The Story
Why it exists.
The beginning
Steve DeMercado built Original Blend around a single tension: freshness that doesn't evaporate the moment you leave the room. The brief was simple enough, create something that reads as effortless but holds its shape through a workday. What emerged was a fragrance that opens aquatic, shifts into spice, and lands somewhere warm and close to the skin. The name says it all. This is the house's reference point, the blend everything else in the Original Penguin line measures itself against.

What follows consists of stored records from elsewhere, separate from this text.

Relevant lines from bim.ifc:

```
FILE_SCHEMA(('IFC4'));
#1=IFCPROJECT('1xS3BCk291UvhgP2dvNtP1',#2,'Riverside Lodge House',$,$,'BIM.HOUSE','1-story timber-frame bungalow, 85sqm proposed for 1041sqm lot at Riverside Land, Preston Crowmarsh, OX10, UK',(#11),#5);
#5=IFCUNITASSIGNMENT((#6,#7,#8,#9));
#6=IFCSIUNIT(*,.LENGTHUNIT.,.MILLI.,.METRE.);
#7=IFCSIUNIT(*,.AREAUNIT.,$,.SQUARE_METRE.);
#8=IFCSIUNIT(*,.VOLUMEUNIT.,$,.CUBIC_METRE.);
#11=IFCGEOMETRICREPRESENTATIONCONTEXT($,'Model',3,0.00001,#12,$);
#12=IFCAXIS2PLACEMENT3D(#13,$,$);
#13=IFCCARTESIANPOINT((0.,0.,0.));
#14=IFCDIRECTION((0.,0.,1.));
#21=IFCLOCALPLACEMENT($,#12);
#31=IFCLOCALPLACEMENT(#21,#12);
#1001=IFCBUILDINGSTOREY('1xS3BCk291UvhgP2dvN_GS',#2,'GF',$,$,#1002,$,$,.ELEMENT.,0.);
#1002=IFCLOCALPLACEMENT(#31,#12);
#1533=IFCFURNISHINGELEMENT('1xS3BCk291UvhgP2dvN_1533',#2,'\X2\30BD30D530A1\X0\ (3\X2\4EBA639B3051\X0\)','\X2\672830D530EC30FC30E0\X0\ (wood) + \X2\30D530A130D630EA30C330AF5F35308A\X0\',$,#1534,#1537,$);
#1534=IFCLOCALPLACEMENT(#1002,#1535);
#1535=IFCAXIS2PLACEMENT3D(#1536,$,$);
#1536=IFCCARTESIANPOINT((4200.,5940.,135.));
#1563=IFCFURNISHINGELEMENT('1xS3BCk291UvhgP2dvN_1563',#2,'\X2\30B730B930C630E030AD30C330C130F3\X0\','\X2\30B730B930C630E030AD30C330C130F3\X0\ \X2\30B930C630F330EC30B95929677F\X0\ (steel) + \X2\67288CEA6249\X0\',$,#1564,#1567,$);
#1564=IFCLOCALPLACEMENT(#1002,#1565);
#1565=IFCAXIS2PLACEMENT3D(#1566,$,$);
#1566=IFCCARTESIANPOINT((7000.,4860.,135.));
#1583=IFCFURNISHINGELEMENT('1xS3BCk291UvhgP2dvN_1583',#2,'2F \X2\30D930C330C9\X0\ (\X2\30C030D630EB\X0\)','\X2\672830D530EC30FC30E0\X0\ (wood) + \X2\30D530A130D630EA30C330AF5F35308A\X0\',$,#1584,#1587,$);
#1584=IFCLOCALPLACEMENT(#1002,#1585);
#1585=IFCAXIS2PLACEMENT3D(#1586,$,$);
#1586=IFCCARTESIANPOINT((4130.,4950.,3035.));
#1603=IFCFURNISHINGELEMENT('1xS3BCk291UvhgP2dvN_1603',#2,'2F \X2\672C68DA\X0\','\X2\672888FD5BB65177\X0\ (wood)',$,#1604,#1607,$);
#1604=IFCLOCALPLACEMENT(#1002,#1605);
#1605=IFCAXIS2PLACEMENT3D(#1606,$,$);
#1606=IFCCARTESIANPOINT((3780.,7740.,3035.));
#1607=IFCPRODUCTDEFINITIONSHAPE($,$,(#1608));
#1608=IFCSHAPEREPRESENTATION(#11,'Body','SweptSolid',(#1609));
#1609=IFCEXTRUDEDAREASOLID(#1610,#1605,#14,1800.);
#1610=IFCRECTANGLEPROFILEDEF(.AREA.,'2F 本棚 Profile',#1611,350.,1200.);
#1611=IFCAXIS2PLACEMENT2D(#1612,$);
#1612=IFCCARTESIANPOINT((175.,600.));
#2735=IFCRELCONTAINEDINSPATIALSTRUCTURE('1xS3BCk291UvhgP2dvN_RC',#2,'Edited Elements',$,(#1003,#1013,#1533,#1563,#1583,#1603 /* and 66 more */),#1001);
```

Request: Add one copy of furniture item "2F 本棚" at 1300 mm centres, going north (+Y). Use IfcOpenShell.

```python
import numpy as np
import ifcopenshell
import ifcopenshell.api.geometry
import ifcopenshell.api.root
import ifcopenshell.util.element
import ifcopenshell.util.placement
import ifcopenshell.util.unit

model = ifcopenshell.open("bim.ifc")
unit_scale = ifcopenshell.util.unit.calculate_unit_scale(model)


def reuse_history(source, copy):
    """copy_class also copies each property set's owner history, people and application; keep the originals."""
    for rel in copy.IsDefinedBy:
        if rel.is_a("IfcRelDefinesByProperties") and (history := rel.RelatingPropertyDefinition.OwnerHistory):
            rel.RelatingPropertyDefinition.OwnerHistory = source.OwnerHistory
            ifcopenshell.util.element.remove_deep2(model, history)


source = model.by_guid("1xS3BCk291UvhgP2dvN_1603")
base = ifcopenshell.util.placement.get_local_placement(source.ObjectPlacement)
step = np.array([0.0, 1.0, 0.0]) * 1.3 / unit_scale

for i in range(1, 2):
    copy = ifcopenshell.api.root.copy_class(model, product=source)
    copy.Representation = ifcopenshell.util.element.copy_deep(
        model, source.Representation, exclude=["IfcGeometricRepresentationContext", "IfcRepresentationMap"]
    )
    reuse_history(source, copy)
    matrix = base.copy()
    matrix[:3, 3] += i * step
    print("added at", matrix[:3, 3].round(3) + 0.0)
    ifcopenshell.api.geometry.edit_object_placement(model, product=copy, matrix=matrix, is_si=False)

model.write("bim-out.ifc")
```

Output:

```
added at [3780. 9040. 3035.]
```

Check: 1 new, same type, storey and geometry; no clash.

The structure pulls off something harder than it looks. Bergamot and apple give the opening its brightness, but aquatic notes keep it from tipping into cologne territory. The heart, lavender, nutmeg, fir, introduces warmth without sweetness. Then the base. Suede is the quiet surprise here, a material usually buried in niche compositions. Paired with sandalwood and musk, it gives the drydown a closeness that moderate sillage actually works in favor of. You're the one who smells good. No one else needs to know.
The evolution
The first five minutes are all citrus and apple, bright and crisp. The aquatic element doesn't last, it was there to set the stage, not stay for the main act. Around minute ten, the lavender and nutmeg arrive together, herbal and slightly spiced, pushing the fragrance toward something warmer. The fir adds a green sharpness that keeps it from going powdery too early. By the second hour, the suede surfaces. That's the tell. It's soft, almost intimate, wrapped around sandalwood and a musk that stays close to the skin. The drydown holds for another four to six hours depending on the surface, lingers on fabric long after you've stopped noticing it yourself.
Cultural impact
Original Blend arrived at a pivotal moment in the mass-market masculine fragrance landscape. By 2016, the fresh aquatic category had become saturated with similar offerings, each competing for shelf space with interchangeable positioning. Original Penguin's approach with Original Blend was deliberate: strip away the unnecessary complexity that had crept into designer releases and return to confident simplicity. The choice to anchor the drydown with suede rather than the expected woodsy or amber base was an intentional signal that mass-market did not have to mean predictable. This decision positioned Original Blend as a bridge fragrance, accessible enough for first-time wearers yet sophisticated enough to avoid the 'starter fragrance' stigma.